Labour vows to reject ₦100,000 minimum wage, may resume strike Tuesday

The organized labour has firmly rejected the federal government’s proposal of a ₦62,000 or ₦100,000 minimum wage for Nigerian workers.

Labour vows to reject ₦100,000 minimum wage, may resume strike Tuesday

In an interview with Channels Television on Monday, Chris Onyeka, the Assistant General Secretary of the Nigeria Labour Congress (NLC), labeled the proposed wages as “starvation wages.”

Onyeka stressed that the NLC will not accept the government’s offer of ₦62,000, maintaining that their demand for a living wage remains at ₦250,000.

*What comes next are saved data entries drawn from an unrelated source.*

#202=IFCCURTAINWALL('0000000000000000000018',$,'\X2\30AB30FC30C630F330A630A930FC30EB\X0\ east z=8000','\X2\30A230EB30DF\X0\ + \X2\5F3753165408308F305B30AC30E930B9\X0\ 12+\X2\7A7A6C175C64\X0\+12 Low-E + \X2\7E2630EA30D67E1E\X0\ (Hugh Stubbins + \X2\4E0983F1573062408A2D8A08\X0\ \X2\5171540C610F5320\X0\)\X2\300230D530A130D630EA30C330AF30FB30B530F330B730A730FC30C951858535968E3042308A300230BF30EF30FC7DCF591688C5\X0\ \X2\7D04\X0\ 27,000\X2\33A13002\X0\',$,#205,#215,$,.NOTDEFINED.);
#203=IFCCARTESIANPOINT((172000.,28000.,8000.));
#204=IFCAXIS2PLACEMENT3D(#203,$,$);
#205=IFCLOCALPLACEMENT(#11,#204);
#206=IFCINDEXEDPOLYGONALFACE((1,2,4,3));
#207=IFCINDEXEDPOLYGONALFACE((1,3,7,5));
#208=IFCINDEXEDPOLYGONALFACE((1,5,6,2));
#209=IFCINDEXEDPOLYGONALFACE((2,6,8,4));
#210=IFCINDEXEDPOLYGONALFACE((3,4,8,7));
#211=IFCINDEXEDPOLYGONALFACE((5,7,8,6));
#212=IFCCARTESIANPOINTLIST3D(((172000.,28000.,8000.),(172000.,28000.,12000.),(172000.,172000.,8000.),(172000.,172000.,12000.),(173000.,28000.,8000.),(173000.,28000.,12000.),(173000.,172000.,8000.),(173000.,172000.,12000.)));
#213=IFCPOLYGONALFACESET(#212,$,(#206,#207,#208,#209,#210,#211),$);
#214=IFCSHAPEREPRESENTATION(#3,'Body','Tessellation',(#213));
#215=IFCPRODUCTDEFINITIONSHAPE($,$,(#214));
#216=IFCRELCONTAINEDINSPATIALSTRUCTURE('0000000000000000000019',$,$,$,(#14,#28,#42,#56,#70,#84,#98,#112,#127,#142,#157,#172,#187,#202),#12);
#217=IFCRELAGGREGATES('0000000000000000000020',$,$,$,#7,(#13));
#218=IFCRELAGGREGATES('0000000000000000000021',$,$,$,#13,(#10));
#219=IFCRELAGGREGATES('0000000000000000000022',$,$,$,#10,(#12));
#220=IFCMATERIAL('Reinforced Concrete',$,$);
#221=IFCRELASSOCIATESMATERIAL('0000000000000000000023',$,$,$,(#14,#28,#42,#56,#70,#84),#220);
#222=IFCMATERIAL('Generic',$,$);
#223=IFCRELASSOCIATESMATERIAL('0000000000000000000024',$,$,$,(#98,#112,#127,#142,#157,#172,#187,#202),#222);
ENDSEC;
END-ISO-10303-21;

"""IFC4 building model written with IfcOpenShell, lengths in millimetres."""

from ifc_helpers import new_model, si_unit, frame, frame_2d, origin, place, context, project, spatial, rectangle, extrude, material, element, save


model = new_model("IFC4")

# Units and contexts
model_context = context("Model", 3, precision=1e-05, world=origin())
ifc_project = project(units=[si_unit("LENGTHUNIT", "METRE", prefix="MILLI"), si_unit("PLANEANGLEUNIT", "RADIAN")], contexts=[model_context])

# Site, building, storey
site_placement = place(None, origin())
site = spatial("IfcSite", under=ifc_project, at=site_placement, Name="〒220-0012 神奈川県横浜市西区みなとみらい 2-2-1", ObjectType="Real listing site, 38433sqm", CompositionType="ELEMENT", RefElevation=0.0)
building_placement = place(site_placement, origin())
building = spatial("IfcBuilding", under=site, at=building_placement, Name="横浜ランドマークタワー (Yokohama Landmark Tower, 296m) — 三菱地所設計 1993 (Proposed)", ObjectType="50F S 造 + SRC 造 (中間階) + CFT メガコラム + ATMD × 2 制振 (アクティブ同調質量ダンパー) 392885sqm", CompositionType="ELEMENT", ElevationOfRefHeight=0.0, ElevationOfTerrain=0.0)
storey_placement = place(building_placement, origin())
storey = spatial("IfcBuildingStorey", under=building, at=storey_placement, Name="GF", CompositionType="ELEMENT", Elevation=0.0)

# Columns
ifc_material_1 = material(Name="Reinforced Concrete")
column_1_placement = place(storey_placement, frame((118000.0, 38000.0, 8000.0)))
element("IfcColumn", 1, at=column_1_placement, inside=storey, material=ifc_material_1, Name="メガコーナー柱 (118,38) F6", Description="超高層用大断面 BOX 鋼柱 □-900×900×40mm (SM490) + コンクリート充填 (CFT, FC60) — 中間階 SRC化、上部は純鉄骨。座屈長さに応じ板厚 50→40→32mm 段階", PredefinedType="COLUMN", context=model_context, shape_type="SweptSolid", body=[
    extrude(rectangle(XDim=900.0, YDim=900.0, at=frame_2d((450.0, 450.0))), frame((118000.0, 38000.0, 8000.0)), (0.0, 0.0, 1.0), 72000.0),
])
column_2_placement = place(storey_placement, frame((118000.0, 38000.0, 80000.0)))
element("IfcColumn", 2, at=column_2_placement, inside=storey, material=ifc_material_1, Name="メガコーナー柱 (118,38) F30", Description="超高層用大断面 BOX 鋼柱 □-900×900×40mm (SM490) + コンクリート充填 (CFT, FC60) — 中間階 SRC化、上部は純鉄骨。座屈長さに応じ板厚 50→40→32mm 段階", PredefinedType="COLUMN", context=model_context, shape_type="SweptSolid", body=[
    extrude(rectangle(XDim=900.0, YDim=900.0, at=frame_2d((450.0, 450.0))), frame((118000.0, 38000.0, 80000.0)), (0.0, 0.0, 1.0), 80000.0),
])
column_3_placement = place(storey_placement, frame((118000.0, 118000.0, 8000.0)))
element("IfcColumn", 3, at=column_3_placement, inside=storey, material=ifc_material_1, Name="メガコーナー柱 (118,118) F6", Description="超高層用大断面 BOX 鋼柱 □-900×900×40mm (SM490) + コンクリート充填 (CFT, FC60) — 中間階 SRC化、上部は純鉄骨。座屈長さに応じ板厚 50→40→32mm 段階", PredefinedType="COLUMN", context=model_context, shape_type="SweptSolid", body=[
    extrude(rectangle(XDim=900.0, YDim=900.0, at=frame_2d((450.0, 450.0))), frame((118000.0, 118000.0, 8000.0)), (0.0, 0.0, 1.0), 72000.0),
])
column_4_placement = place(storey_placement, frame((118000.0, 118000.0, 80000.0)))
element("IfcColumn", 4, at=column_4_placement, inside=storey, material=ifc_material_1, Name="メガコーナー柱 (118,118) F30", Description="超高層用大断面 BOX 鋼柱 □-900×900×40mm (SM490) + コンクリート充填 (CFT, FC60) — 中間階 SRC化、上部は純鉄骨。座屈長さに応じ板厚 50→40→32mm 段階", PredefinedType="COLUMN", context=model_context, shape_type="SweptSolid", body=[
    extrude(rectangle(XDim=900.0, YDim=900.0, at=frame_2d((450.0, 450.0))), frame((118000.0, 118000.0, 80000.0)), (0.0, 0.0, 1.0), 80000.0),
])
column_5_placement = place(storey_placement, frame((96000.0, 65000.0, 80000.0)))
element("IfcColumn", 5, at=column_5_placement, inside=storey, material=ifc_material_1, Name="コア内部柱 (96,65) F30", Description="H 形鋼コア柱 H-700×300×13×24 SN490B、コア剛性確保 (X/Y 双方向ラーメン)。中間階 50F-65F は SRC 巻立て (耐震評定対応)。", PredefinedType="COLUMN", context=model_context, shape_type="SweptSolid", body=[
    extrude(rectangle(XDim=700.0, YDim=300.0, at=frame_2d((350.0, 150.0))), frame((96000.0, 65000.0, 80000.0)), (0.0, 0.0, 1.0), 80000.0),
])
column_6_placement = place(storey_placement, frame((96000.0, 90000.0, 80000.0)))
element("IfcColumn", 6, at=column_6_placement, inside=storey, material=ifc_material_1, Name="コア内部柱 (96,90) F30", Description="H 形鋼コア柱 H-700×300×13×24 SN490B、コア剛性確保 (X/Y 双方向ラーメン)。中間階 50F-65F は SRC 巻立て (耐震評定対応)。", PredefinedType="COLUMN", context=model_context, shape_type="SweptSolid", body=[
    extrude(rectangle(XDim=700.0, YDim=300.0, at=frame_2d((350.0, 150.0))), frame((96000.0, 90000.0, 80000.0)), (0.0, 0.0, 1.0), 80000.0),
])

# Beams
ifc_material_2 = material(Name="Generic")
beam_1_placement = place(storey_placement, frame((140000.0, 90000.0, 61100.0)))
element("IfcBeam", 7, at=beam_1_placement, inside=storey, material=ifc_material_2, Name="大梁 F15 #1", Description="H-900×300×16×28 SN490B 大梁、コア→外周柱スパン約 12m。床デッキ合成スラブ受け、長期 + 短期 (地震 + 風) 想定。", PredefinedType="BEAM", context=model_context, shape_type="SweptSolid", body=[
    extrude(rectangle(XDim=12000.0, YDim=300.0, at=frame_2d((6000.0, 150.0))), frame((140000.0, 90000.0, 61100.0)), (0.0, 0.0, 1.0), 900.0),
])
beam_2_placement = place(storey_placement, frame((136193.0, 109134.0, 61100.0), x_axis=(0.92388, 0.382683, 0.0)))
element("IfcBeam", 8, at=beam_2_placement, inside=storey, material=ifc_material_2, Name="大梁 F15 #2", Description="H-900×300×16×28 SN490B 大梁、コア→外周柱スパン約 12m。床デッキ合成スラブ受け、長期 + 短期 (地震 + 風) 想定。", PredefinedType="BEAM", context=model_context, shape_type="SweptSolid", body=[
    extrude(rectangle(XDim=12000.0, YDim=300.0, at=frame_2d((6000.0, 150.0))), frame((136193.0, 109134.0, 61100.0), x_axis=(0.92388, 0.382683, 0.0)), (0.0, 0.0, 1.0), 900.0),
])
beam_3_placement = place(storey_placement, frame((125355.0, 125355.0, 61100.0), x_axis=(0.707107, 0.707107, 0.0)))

“Our stance is unequivocal. We have never considered accepting ₦62,000 or any wage that is insufficient for Nigerian workers. We will not negotiate a starvation wage. We have never contemplated ₦100,000, let alone ₦62,000. Our demand is still ₦250,000, which we believe is a reasonable concession to the government and other social partners. This demand is based on the everyday realities of the marketplace and the cost of essential goods like rice, yam, and garri,” Onyeka stated.

The one-week deadline given to the Federal Government to revise its proposal, which started on June 4, 2024, will expire by midnight on June 11, 2024.

Onyeka mentioned that if the Federal Government and National Assembly fail to address the workers’ demands by the deadline, organized labour will decide on resuming the nationwide strike.

“The responsibility now lies with the Federal Government and the National Assembly. Our demands are clear. They need to draft an Executive Bill for the National Assembly to pass a National Minimum Wage Act that meets our requirements. If this doesn’t happen, we have given the government a one-week notice to address the issues, which expires tomorrow. If there is no substantial response from the government, the labour unions will convene to decide our next steps,” Onyeka added.

When asked about labour’s response if the government insists on ₦62,000, he clarified, “We made it clear that we are suspending the nationwide indefinite strike. If the labour unions decide to lift the suspension, we will revert to our previous stance.”

Background on Minimum Wage Talks

After weeks of unsuccessful negotiations on a new minimum wage, the NLC and TUC, representing organized labour, initiated a nationwide strike last Monday to demand a new wage and the reversal of the electricity tariff hike.

The unions argued that the current minimum wage of ₦30,000 is inadequate to meet the needs of the average Nigerian worker, urging the government to propose a more realistic figure in line with current inflation.

However, the strike was suspended for five days after the labour leadership signed an agreement with the Federal Government to resume negotiations and determine a new minimum wage within a week.

This suspension followed a six-hour meeting between labour leaders and the National Assembly on Monday night in Abuja.

To expedite the discussions, the President instructed the Minister of Finance, Wale Edun, last Tuesday to present the cost implications of a new minimum wage within two days. President Tinubu also directed government representatives to collaborate with the organized private sector and sub-nationals to establish an affordable wage for Nigerians.

On Thursday, the finance minister, alongside the Minister of Budget and National Planning, Atiku Bagudu, presented the cost implications of a new minimum wage to the President at the Presidential Villa.

Prior to this directive, the finance minister had described the labour’s proposal as “unaffordable,” and the 36 state governors had also deemed the union’s demand unsustainable.

However, by Friday, June 7, 2024, labour and the government had not reached an agreement. While the labour unions had reduced their demand from ₦494,000 to ₦250,000, the government had only increased its offer from ₦60,000 to ₦62,000.

Both sides have submitted their reports to the President, who is expected to make a decision and send an executive bill to the National Assembly to enact a new minimum wage law.